The public list also could create significant marketplace confusion because it likely will not align with the growing number of state PMTA-related product directories, which use different eligibility criteria than FDA’s new lower-priority framework. Many state directory laws allow products to be listed for state-law sale if they have FDA authorization, are subject to a PMTA timely submitted by the September 9, 2020 deadline that remains under FDA review or are subject to an FDA denial that has been judicially stayed or vacated. FDA’s new guidance, by contrast, does not lower enforcement priority merely because a product is tied to a timely September 2020 PMTA. As a result, FDA’s federal list may look substantially different from state directories that rely on historical timeliness, pending judicial review, or stayed denials, meaning a product may appear on a state directory for purposes of lawful sale under state law but not appear on FDA’s lower-priority enforcement list.
Conclusion
FDA’s new guidance marks a meaningful shift in how the Agency intends to prioritize enforcement for unauthorized ENDS and oral nicotine pouch products, but its practical impact remains uncertain. Much will depend on implementation. It remains to be seen how aggressively FDA will use this policy at the border, whether the forthcoming public list will meaningfully affect retailer and wholesaler behavior, and whether the guidance will reduce the availability of illicit or unauthorized products in the marketplace. It also remains unclear how FDA’s list will interact with state PMTA-directory laws, many of which use different eligibility criteria and may include products that do not qualify for FDA’s lower-priority enforcement list.
For now, the guidance gives industry a clearer view of FDA’s enforcement priorities, but not a legal safe harbor.

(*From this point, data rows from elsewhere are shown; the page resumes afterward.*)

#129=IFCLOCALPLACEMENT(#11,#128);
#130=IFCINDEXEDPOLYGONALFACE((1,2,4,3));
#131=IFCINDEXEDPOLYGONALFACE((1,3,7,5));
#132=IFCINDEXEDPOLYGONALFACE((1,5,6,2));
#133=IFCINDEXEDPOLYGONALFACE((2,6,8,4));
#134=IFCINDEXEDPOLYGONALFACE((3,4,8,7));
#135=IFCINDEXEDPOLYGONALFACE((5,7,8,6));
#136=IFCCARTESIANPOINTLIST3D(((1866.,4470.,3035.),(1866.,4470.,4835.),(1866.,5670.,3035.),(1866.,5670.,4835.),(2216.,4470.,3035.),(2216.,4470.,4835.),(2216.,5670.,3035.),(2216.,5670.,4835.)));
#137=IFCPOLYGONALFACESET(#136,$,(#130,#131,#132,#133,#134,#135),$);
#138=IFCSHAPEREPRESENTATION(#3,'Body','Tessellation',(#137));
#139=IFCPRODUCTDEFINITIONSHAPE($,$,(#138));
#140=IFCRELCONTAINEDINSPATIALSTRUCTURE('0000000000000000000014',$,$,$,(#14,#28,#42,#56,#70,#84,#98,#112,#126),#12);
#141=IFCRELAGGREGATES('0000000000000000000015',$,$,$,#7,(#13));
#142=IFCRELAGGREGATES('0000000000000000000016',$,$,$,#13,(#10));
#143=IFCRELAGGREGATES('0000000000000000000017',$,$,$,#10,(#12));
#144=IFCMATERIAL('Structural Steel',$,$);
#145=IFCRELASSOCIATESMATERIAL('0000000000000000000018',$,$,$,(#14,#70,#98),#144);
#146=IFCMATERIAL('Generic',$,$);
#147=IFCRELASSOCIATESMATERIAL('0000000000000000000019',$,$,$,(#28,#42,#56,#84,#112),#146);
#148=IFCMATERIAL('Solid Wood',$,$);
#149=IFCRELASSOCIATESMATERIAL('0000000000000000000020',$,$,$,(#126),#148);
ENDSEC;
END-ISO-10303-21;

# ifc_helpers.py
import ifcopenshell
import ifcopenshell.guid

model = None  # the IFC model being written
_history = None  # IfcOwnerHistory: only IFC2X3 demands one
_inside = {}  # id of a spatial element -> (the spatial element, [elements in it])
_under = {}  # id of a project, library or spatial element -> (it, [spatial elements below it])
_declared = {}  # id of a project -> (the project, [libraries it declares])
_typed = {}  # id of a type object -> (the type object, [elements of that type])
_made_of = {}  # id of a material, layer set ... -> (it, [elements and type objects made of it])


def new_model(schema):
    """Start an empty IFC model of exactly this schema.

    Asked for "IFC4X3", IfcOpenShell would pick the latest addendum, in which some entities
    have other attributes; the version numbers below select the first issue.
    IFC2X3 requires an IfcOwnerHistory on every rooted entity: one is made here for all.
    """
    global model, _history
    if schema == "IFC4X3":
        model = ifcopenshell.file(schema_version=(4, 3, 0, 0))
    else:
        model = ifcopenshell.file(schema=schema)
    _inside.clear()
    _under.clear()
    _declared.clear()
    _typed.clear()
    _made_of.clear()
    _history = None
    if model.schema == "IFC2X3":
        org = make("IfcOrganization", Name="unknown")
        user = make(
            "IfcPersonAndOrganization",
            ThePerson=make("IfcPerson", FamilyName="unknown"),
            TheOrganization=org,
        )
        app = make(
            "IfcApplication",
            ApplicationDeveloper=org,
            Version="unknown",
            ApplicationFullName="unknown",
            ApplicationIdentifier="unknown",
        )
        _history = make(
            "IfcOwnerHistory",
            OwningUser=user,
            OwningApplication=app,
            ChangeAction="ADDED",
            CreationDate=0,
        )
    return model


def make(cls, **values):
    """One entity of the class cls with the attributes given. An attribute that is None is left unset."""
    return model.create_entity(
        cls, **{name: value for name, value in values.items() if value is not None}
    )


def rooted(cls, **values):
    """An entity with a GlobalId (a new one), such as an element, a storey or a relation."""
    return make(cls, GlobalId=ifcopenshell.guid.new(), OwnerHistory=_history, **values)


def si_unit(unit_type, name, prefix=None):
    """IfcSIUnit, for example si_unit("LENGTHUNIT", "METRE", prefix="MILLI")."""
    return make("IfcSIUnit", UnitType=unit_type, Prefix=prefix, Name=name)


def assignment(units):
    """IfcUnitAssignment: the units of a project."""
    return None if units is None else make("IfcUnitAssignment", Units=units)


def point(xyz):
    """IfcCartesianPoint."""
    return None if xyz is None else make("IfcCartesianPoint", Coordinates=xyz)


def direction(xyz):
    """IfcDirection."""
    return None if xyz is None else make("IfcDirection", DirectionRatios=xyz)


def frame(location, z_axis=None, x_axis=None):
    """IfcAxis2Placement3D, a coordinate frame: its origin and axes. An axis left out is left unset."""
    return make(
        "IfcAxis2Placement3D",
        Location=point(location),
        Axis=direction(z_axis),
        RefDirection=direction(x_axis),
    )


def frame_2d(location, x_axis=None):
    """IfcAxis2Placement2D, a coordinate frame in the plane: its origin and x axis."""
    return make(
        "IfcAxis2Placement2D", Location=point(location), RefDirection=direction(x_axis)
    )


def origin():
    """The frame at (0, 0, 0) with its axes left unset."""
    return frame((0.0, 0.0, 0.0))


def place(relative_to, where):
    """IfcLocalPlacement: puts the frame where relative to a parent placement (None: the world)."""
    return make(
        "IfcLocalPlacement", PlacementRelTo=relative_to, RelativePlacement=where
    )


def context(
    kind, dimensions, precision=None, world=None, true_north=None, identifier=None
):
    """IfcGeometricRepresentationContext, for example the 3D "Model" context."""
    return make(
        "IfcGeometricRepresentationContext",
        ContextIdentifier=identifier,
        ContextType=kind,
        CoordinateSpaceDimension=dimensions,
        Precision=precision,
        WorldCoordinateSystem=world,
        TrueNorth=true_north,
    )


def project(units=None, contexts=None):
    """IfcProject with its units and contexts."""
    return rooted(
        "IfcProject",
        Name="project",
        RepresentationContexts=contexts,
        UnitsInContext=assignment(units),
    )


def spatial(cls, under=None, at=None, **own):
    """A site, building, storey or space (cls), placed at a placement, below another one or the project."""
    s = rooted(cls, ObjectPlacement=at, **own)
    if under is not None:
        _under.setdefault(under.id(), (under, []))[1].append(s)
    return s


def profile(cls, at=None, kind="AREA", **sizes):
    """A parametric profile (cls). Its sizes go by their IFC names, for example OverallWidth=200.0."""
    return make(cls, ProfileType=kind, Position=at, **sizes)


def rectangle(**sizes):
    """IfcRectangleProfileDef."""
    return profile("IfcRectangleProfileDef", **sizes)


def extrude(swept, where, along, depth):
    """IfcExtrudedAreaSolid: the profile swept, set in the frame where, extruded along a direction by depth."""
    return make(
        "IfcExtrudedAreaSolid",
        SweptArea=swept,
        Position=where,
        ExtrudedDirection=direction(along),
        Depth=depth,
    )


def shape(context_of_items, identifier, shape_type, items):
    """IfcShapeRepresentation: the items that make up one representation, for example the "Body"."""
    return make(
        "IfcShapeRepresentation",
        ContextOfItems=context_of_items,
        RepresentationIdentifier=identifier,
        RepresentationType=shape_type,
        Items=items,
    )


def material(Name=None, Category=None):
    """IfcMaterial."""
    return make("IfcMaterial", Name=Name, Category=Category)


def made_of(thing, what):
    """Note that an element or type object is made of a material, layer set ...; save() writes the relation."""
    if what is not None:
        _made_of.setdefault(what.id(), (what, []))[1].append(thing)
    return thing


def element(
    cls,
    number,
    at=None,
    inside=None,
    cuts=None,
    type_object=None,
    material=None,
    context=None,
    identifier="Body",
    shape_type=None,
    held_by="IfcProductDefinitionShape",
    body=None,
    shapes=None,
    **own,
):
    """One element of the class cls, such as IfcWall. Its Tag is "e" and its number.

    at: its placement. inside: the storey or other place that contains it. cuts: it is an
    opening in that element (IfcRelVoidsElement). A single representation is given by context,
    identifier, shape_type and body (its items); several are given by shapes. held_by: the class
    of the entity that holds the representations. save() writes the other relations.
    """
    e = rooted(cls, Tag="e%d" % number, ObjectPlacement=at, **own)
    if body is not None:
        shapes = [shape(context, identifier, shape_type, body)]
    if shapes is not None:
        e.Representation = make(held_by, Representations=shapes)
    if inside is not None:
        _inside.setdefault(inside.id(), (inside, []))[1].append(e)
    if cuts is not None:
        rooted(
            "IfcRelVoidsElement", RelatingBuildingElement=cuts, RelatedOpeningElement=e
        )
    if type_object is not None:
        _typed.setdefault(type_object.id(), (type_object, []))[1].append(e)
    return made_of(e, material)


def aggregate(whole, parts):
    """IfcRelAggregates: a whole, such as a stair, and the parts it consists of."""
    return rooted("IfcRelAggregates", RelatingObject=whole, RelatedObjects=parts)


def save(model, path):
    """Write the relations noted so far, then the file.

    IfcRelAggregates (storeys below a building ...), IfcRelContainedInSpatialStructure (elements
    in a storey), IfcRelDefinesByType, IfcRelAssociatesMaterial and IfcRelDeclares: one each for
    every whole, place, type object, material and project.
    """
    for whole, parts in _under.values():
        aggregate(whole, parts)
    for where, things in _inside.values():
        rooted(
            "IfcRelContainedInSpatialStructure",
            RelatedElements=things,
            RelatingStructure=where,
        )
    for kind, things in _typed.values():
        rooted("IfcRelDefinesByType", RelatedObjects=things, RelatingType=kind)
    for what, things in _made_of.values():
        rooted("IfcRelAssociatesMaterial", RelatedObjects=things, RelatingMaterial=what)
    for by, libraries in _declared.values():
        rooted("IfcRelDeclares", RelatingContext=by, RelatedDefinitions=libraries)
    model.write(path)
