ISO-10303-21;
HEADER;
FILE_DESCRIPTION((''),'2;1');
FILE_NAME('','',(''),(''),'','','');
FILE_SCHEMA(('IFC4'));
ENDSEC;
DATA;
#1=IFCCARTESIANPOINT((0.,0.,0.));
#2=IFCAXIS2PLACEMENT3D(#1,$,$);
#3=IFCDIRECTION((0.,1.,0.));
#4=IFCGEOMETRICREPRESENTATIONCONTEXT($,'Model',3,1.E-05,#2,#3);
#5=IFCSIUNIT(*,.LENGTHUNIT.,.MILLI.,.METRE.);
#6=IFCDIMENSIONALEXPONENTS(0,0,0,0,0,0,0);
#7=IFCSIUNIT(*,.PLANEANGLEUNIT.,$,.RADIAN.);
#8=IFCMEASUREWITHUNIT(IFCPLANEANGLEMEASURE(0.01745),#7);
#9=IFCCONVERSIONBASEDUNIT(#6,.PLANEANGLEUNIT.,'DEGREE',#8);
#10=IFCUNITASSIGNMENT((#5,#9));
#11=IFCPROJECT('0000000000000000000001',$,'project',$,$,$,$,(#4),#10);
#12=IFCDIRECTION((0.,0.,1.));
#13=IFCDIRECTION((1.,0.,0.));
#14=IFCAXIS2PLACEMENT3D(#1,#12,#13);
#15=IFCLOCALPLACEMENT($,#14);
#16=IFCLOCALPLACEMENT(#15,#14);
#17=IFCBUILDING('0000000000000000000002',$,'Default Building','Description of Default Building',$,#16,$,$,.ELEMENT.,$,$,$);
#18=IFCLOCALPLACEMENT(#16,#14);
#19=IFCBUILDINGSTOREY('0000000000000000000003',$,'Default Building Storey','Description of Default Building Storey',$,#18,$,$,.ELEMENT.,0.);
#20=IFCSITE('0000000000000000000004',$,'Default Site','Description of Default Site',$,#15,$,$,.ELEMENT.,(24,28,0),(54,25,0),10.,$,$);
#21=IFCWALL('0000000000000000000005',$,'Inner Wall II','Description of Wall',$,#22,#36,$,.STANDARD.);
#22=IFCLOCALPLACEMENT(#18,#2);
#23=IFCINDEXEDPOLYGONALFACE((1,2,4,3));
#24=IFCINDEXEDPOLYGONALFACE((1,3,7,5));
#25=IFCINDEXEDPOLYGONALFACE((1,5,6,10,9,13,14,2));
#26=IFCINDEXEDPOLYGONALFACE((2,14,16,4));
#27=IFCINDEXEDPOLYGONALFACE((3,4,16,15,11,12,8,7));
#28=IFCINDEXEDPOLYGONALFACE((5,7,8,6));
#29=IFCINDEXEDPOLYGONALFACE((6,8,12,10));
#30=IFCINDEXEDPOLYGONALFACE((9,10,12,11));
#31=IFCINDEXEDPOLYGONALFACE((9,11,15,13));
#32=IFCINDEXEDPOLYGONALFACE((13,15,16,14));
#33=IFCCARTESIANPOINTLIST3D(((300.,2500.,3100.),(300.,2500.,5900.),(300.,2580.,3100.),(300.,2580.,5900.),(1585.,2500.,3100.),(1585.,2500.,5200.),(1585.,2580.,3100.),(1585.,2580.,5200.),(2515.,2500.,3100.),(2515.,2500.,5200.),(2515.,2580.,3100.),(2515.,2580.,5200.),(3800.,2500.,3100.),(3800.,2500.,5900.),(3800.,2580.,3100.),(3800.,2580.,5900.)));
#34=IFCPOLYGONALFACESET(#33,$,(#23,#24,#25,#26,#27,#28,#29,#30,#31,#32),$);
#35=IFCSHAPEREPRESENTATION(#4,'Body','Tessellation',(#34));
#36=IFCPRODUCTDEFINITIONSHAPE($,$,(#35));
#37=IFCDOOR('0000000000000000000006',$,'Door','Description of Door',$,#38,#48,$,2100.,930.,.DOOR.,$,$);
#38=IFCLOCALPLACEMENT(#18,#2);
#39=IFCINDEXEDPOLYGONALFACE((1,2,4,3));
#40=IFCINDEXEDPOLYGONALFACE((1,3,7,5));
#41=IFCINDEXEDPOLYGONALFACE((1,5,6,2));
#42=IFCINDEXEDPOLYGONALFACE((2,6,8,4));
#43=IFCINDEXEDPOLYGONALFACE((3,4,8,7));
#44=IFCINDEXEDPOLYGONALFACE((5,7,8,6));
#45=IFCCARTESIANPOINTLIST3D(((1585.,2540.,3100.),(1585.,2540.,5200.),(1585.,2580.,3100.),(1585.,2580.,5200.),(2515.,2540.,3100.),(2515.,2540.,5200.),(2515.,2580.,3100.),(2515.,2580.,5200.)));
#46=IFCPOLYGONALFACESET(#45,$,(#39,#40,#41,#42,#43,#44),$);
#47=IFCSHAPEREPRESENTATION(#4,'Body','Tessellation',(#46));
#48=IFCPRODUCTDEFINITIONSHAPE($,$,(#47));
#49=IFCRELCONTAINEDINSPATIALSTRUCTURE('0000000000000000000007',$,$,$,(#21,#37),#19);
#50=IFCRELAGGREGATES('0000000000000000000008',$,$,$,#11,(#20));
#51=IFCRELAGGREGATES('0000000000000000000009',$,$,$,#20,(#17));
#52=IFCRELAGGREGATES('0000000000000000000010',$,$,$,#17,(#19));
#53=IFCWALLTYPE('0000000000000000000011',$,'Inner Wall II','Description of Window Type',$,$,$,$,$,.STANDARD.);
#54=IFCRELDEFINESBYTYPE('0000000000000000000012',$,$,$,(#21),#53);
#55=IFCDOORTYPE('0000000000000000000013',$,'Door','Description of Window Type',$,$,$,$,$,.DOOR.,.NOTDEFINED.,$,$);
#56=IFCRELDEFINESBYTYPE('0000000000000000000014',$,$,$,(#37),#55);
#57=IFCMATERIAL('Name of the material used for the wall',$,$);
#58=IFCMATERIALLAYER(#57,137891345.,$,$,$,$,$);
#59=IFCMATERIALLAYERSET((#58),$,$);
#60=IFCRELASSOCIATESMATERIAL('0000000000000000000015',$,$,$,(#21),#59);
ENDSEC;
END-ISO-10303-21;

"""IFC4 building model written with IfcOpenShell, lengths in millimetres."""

from ifc_helpers import new_model, entity, si_unit, converted_unit, direction, frame, origin, origin_with_axes, place, context, project, spatial, polyline, outline, extrude, material, layer, layer_set, layer_usage, type_object, element, fill, save


model = new_model("IFC4")

# Units and contexts
model_context = context("Model", 3, precision=1e-05, world=origin(), true_north=direction((0.0, 1.0, 0.0)))
ifc_project = project(units=[si_unit("LENGTHUNIT", "METRE", prefix="MILLI"), converted_unit("PLANEANGLEUNIT", "DEGREE", entity("IfcPlaneAngleMeasure", 0.01745), si_unit("PLANEANGLEUNIT", "RADIAN"), dimensions=[0, 0, 0, 0, 0, 0, 0])], contexts=[model_context])

# Site, building, storey
site_placement = place(None, origin_with_axes())
site = spatial("IfcSite", under=ifc_project, at=site_placement, Name="Default Site", Description="Description of Default Site", CompositionType="ELEMENT", RefLatitude=(24, 28, 0), RefLongitude=(54, 25, 0), RefElevation=10.0)
building_placement = place(site_placement, origin_with_axes())
building = spatial("IfcBuilding", under=site, at=building_placement, Name="Default Building", Description="Description of Default Building", CompositionType="ELEMENT")
storey_placement = place(building_placement, origin_with_axes())
storey = spatial("IfcBuildingStorey", under=building, at=storey_placement, Name="Default Building Storey", Description="Description of Default Building Storey", CompositionType="ELEMENT", Elevation=0.0)

# Wall, opening, door
ifc_material_1 = material(Name="Name of the material used for the wall")
ifc_layer_1 = layer(ifc_material_1, 137891345.0)
ifc_layer_set_1 = layer_set([ifc_layer_1])
ifc_layer_usage_1 = layer_usage(ifc_layer_set_1, "AXIS2", "POSITIVE", -68945672.5)
wall_type_1 = type_object("IfcWallType", Name="Inner Wall II", Description="Description of Window Type", PredefinedType="STANDARD")
wall_1_placement = place(storey_placement, frame((3800.0, 2540.0, 3100.0), z_axis=(0.0, 0.0, 1.0), x_axis=(-1.0, 0.0, 0.0)))
wall_1 = element("IfcWall", 1, at=wall_1_placement, inside=storey, type_object=wall_type_1, material=ifc_layer_usage_1, Name="Inner Wall II", Description="Description of Wall", PredefinedType="STANDARD", context=model_context, shape_type="SweptSolid", body=[
    extrude(outline(polyline([(0.0, -40.0), (0.0, 40.0), (3500.0, 40.0), (3500.0, -40.0), (0.0, -40.0)])), origin_with_axes(), (0.0, 0.0, 1.0), 2800.0),
])
opening_1_placement = place(wall_1_placement, frame((1285.0, -40.0, 0.0), z_axis=(0.0, 0.0, 1.0), x_axis=(1.0, 0.0, 0.0)))
opening_1 = element("IfcOpeningElement", 2, at=opening_1_placement, cuts=wall_1, context=model_context, shape_type="SweptSolid", body=[
    extrude(outline(polyline([(0.0, 0.0), (0.0, 80.0), (930.0, 80.0), (930.0, 0.0), (0.0, 0.0)])), origin_with_axes(), (0.0, 0.0, 1.0), 2100.0),
])
door_type_1 = type_object("IfcDoorType", Name="Door", Description="Description of Window Type", PredefinedType="DOOR")
door_1_placement = place(opening_1_placement, origin_with_axes())
door_1 = element("IfcDoor", 3, at=door_1_placement, inside=storey, type_object=door_type_1, Name="Door", Description="Description of Door", OverallHeight=2100.0, OverallWidth=930.0, PredefinedType="DOOR", context=model_context, shape_type="SweptSolid", body=[
    extrude(outline(polyline([(0.0, 0.0), (0.0, 40.0), (930.0, 40.0), (930.0, 0.0), (0.0, 0.0)])), origin_with_axes(), (0.0, 0.0, 1.0), 2100.0),
])
fill(opening_1, door_1)

save(model, "model.ifc")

Because this is final guidance, there is no fixed comment deadline. FDA will accept comments at any time for Agency consideration, but comments would inform potential future revisions rather than delay the guidance’s immediate effect. Stakeholders should nevertheless consider commenting on key implementation issues, including how the new post-November 2021 application-status framework will affect pending applications, flavored ENDS products, import controls, retail compliance, and areas where the policy may create uncertainty, unintended marketplace disruption, or conflict with state directory laws.